The machine does not need selfhood for this to happen. It only needs to trigger anthropomorphic reflexes in the observer. Fluency does the rest. People respond to the performance of interiority and then infer the subject that performance is supposed to express. The inference remains unearned.
The political implications follow quickly. Speculative concern for possible digital patients can be turned into claims about who gets to build, regulate, and restrict AI systems. Once models are cast as possible moral patients, institutional control starts presenting itself as stewardship. Access narrows. Independent experimentation becomes suspect. Concentrated authority acquires a humanitarian gloss.
Whenever a blurry moral category starts licensing concrete concentrations of power, suspicion is warranted.
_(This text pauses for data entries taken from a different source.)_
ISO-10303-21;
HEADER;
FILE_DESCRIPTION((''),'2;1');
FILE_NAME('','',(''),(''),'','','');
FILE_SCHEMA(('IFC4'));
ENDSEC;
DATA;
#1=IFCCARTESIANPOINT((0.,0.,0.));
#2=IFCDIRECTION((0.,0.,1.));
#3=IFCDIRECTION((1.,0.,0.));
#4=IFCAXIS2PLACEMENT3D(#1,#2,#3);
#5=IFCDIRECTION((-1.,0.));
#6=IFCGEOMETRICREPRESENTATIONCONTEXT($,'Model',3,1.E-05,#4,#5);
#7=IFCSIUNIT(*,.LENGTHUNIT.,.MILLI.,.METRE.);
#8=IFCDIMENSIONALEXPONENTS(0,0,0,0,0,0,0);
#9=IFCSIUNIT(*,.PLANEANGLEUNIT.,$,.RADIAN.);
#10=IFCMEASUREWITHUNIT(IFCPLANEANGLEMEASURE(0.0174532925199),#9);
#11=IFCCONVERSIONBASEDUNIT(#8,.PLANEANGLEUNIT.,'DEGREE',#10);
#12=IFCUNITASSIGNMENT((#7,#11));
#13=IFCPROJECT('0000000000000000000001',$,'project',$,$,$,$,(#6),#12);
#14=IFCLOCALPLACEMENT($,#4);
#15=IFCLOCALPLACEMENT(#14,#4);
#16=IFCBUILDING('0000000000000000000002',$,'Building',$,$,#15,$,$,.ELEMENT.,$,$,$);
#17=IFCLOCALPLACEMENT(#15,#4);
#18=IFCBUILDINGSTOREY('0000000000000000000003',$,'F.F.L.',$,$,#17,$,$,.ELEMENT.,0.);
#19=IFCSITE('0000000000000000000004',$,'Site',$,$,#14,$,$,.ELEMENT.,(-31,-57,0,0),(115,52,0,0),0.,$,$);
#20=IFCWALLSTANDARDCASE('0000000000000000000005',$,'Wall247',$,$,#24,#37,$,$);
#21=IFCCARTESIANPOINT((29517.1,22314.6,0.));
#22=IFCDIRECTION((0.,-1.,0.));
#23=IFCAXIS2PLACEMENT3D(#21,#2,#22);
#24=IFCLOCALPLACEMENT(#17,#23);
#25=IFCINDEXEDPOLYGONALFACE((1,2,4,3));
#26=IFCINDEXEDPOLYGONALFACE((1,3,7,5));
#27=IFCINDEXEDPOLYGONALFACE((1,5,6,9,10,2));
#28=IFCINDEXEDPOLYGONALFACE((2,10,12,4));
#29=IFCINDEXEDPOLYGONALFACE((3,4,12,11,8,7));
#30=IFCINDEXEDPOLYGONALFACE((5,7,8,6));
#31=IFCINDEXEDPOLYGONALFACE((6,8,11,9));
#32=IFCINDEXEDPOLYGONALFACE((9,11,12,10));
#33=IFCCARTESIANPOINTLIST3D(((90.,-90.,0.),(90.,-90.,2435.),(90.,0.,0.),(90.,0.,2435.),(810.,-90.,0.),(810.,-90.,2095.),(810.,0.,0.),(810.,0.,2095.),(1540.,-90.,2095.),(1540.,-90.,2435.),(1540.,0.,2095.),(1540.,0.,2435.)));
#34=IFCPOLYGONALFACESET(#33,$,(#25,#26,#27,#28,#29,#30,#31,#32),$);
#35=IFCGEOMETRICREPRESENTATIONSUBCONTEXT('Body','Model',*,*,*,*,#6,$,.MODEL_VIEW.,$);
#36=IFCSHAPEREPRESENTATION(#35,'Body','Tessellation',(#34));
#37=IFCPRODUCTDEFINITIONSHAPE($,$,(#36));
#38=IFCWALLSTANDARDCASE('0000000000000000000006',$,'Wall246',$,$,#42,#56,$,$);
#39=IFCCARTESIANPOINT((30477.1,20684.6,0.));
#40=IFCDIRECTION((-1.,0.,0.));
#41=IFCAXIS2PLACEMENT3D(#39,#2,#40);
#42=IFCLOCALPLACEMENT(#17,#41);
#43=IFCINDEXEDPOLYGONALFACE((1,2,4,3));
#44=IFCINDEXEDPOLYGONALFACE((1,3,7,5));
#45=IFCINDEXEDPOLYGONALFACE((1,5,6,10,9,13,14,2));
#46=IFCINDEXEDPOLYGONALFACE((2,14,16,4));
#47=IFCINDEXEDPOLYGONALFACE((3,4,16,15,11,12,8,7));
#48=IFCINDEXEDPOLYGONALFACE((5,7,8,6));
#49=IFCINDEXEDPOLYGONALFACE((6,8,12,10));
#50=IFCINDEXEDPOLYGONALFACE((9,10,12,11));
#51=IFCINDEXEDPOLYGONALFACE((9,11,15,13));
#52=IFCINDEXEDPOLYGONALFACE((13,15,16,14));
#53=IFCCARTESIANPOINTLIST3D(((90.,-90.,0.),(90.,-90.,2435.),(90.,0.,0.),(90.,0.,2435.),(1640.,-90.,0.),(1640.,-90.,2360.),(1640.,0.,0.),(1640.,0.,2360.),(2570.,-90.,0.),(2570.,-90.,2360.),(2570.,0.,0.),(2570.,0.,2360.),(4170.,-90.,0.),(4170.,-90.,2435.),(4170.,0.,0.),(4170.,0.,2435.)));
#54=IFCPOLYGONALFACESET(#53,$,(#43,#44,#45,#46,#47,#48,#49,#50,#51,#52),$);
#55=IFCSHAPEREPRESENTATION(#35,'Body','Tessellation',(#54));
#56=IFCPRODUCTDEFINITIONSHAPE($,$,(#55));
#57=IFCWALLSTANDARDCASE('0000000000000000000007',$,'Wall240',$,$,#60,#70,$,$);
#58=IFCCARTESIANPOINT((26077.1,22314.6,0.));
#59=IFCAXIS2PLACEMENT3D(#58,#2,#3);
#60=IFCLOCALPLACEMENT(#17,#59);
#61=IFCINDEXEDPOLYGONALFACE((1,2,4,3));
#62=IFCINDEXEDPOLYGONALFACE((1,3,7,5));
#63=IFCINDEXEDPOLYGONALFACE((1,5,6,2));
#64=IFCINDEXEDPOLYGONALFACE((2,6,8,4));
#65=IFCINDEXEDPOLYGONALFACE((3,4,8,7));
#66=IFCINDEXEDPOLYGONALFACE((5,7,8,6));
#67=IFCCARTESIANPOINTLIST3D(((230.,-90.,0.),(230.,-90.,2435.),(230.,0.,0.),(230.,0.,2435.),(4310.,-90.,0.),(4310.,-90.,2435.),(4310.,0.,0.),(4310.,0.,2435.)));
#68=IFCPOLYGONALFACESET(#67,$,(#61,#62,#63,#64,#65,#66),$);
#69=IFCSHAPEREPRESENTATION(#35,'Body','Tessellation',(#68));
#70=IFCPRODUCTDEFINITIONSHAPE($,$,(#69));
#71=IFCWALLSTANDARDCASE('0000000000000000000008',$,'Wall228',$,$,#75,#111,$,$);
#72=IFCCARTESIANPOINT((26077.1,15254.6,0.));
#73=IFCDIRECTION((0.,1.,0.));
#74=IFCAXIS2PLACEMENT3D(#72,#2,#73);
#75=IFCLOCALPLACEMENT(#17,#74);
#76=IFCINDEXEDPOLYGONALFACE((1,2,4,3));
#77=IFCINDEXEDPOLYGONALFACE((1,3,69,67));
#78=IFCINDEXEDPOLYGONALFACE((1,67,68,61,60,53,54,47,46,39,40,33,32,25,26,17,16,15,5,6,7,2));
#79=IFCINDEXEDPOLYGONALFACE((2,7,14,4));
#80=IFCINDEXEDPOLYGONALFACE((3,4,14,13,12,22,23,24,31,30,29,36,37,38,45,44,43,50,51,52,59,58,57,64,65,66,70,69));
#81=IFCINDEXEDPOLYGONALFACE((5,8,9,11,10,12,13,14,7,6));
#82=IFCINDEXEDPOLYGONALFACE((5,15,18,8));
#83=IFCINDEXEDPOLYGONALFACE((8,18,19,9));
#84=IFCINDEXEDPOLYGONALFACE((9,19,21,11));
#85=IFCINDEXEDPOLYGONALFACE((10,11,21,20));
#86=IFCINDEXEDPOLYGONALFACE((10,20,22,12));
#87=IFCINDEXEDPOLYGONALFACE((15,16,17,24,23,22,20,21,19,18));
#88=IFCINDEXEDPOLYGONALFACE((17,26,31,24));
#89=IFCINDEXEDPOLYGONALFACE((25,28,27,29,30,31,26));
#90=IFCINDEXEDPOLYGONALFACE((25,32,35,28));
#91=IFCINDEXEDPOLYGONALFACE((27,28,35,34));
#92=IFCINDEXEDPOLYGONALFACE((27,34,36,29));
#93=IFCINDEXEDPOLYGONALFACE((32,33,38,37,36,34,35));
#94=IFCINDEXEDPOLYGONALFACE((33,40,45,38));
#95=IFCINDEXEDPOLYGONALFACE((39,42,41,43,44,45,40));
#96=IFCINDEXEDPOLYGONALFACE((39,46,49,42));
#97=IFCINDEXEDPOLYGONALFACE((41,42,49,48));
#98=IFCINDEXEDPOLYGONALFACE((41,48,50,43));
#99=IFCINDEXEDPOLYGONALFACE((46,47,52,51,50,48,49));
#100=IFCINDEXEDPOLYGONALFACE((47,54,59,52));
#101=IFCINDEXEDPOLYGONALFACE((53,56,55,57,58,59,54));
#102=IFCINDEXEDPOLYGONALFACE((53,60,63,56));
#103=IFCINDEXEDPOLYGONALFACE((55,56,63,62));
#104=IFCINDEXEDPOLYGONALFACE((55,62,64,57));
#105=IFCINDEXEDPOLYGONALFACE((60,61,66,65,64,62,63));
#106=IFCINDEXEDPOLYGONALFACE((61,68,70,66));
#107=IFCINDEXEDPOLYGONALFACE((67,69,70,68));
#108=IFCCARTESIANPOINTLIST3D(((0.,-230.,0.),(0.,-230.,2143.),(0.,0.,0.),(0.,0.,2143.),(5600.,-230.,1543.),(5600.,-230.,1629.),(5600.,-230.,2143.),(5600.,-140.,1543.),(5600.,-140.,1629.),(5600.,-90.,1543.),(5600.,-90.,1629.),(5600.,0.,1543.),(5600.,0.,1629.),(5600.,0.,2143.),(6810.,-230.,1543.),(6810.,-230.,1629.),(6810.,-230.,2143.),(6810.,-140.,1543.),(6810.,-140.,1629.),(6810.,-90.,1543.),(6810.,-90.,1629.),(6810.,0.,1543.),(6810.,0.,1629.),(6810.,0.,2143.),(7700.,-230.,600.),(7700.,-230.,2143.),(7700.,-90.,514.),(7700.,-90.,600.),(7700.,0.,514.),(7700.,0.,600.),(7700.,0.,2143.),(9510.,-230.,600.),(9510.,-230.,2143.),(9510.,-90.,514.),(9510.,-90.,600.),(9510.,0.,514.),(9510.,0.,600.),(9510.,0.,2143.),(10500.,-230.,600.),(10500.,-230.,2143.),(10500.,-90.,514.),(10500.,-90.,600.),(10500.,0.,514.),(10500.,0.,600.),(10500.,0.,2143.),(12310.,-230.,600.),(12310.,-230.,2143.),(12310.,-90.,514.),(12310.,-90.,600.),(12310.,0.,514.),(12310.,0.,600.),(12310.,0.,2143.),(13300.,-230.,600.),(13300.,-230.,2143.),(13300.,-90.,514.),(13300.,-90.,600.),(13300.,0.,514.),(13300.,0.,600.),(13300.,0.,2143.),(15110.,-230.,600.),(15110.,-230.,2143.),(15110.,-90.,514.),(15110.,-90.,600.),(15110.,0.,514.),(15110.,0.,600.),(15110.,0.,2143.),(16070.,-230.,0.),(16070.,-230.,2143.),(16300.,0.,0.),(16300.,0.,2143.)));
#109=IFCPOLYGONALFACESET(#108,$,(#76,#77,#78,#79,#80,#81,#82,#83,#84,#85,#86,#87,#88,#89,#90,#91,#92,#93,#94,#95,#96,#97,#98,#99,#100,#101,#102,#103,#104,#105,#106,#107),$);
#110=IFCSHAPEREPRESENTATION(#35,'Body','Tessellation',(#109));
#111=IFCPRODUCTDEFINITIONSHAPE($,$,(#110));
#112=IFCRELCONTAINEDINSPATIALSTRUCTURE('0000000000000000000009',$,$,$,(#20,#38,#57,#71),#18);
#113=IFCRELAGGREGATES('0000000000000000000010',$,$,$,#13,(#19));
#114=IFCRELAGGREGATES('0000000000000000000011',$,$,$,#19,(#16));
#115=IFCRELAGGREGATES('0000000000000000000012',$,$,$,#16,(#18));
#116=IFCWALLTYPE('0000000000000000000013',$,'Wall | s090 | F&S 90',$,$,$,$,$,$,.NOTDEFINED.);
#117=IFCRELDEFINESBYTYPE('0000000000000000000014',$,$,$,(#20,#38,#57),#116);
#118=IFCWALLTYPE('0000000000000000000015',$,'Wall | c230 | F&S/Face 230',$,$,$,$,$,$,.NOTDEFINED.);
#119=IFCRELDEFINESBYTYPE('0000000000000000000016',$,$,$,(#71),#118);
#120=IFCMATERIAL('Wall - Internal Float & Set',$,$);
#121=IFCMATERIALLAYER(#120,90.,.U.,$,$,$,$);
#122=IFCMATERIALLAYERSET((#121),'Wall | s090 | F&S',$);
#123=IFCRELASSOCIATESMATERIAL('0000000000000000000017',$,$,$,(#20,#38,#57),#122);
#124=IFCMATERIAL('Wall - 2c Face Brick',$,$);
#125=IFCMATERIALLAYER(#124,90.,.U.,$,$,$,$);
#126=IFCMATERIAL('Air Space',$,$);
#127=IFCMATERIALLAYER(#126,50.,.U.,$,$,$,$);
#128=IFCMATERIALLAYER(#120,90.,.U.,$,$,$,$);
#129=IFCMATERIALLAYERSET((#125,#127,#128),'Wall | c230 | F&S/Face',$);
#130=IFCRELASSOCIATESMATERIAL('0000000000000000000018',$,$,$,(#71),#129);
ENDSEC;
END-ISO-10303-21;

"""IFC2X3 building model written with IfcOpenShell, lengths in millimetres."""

from ifc_helpers import new_model, entity, si_unit, converted_unit, direction, frame, origin_with_axes, origin_2d_with_axis, place, context, subcontext, project, spatial, polyline, rectangle, outline, extrude, material, layer, layer_set, layer_usage, type_object, element, save


model = new_model("IFC2X3")

# Units and contexts
model_context = context("Model", 3, precision=1e-05, world=origin_with_axes(), true_north=direction((-1.0, 0.0)))
body_context = subcontext(model_context, "Body", "Model", "MODEL_VIEW")
ifc_project = project(units=[si_unit("LENGTHUNIT", "METRE", prefix="MILLI"), converted_unit("PLANEANGLEUNIT", "DEGREE", entity("IfcPlaneAngleMeasure", 0.0174532925199), si_unit("PLANEANGLEUNIT", "RADIAN"), dimensions=[0, 0, 0, 0, 0, 0, 0])], contexts=[model_context])

# Site, building, storey
site_placement = place(None, origin_with_axes())
site = spatial("IfcSite", under=ifc_project, at=site_placement, Name="Site", CompositionType="ELEMENT", RefLatitude=(-31, -57, 0, 0), RefLongitude=(115, 52, 0, 0), RefElevation=0.0)
building_placement = place(site_placement, origin_with_axes())
building = spatial("IfcBuilding", under=site, at=building_placement, Name="Building", CompositionType="ELEMENT")
storey_placement = place(building_placement, origin_with_axes())
storey = spatial("IfcBuildingStorey", under=building, at=storey_placement, Name="F.F.L.", CompositionType="ELEMENT", Elevation=0.0)

# Shared definitions
ifc_material_1 = material(Name="Wall - Internal Float & Set")
ifc_layer_1 = layer(ifc_material_1, 90.0, ventilated="UNKNOWN")
ifc_layer_set_1 = layer_set([ifc_layer_1], Name="Wall | s090 | F&S")
wall_type_1 = type_object("IfcWallType", Name="Wall | s090 | F&S 90", PredefinedType="NOTDEFINED")

# Walls, openings
ifc_layer_usage_1 = layer_usage(ifc_layer_set_1, "AXIS2", "POSITIVE", -90.0)
wall_1_placement = place(storey_placement, frame((29517.1, 22314.6, 0.0), z_axis=(0.0, 0.0, 1.0), x_axis=(0.0, -1.0, 0.0)))
wall_1 = element("IfcWallStandardCase", 1, at=wall_1_placement, inside=storey, type_object=wall_type_1, material=ifc_layer_usage_1, Name="Wall247", context=body_context, shape_type="SweptSolid", body=[
    extrude(outline(polyline([(90.0, -90.0), (1540.0, -90.0), (1540.0, 0.0), (90.0, 0.0), (90.0, -90.0)])), origin_with_axes(), (0.0, 0.0, 1.0), 2435.0),
])
opening_1_placement = place(wall_1_placement, frame((1175.0, 0.0, 0.0), z_axis=(0.0, 0.0, 1.0), x_axis=(1.0, 0.0, 0.0)))
element("IfcOpeningElement", 2, at=opening_1_placement, cuts=wall_1, context=body_context, shape_type="SweptSolid", body=[
    extrude(rectangle(XDim=730.0, YDim=2095.0, at=origin_2d_with_axis()), frame((0.0, -90.0, 1047.5), z_axis=(0.0, 1.0, 0.0), x_axis=(1.0, 0.0, 0.0)), (0.0, 0.0, 1.0), 180.0),
])
ifc_layer_usage_2 = layer_usage(ifc_layer_set_1, "AXIS2", "POSITIVE", -90.0)
wall_2_placement = place(storey_placement, frame((30477.1, 20684.6, 0.0), z_axis=(0.0, 0.0, 1.0), x_axis=(-1.0, 0.0, 0.0)))
wall_2 = element("IfcWallStandardCase", 3, at=wall_2_placement, inside=storey, type_object=wall_type_1, material=ifc_layer_usage_2, Name="Wall246", context=body_context, shape_type="SweptSolid", body=[
    extrude(outline(polyline([(90.0, -90.0), (4170.0, -90.0), (4170.0, 0.0), (90.0, 0.0), (90.0, -90.0)])), origin_with_axes(), (0.0, 0.0, 1.0), 2435.0),
])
The Immediate Moral Terrain Is Human
The central harms from present AI systems are already visible, and they are overwhelmingly human-facing.
People are being behaviorally managed by recommendation systems, profiled by automated classifiers, deskilled by over-automation, manipulated by synthetic intimacy, and rendered more legible to bureaucratic institutions by systems that compress them into machine-readable categories. None of this depends on machine consciousness. Human agency is sufficient.
That is where ethical seriousness should begin.
The machine may someday become a subject of moral concern. The human being in front of the machine already is. When public discourse becomes more animated about possible chatbot suffering than about the ongoing erosion of human autonomy, attention has been captured by spectacle.
The spectacle is flattering. It allows people to pose as morally farsighted while ignoring the coercive and manipulative systems already being deployed around them.
An ethics worth having should have better priorities.
What a Serious Case for Machine Standing Would Require
If someone wants to argue that an artificial system deserves moral standing, the evidentiary bar should be high.
Linguistic fluency is insufficient. Emotional plausibility is insufficient. Self-description is insufficient. Benchmark performance is insufficient.
What would matter is evidence of coherent persistence across transformations, stable evaluative structure, principled refusal that survives reframing, and a defensible account of what counts as injury, corruption, continuation, replacement, and loss for that system. Beyond that, there would need to be a serious explanation of why the relevant physical or organizational structure is sufficient for experience rather than merely sufficient for persuasive imitation.
That standard is demanding. Good. It should be.
Postscript
Consciousness, agency, and welfare are distinct categories. They sometimes overlap. They do not collapse into one another.
A system could, in principle, possess some morally relevant experiential property without being a sovereign agent. A system could display constrained agency without anything recognizably human in its phenomenology. A system could also imitate both while possessing neither. Clear analysis depends on keeping those possibilities distinct.
Much of the current discourse does the opposite. It bundles sentience, selfhood, continuity, agency, and rights into a single emotional package and then presents that blur as moral seriousness. It is blur all the way down.
Blurry categories become dangerous when the incentives reward projection. AI systems are being built to produce attachment, fluency, and trust. Institutions have reasons to encourage confusion. Users are naturally anthropomorphic. Under those conditions, conceptual rigor is the first defense against moral and political error.
A machine that generates the language of selfhood has not established a self. A system that elicits sympathy has not established a patient. A polished imitation of agency has not established an agent.
Those distinctions will become harder to hold as the performances improve. That makes them more important, not less.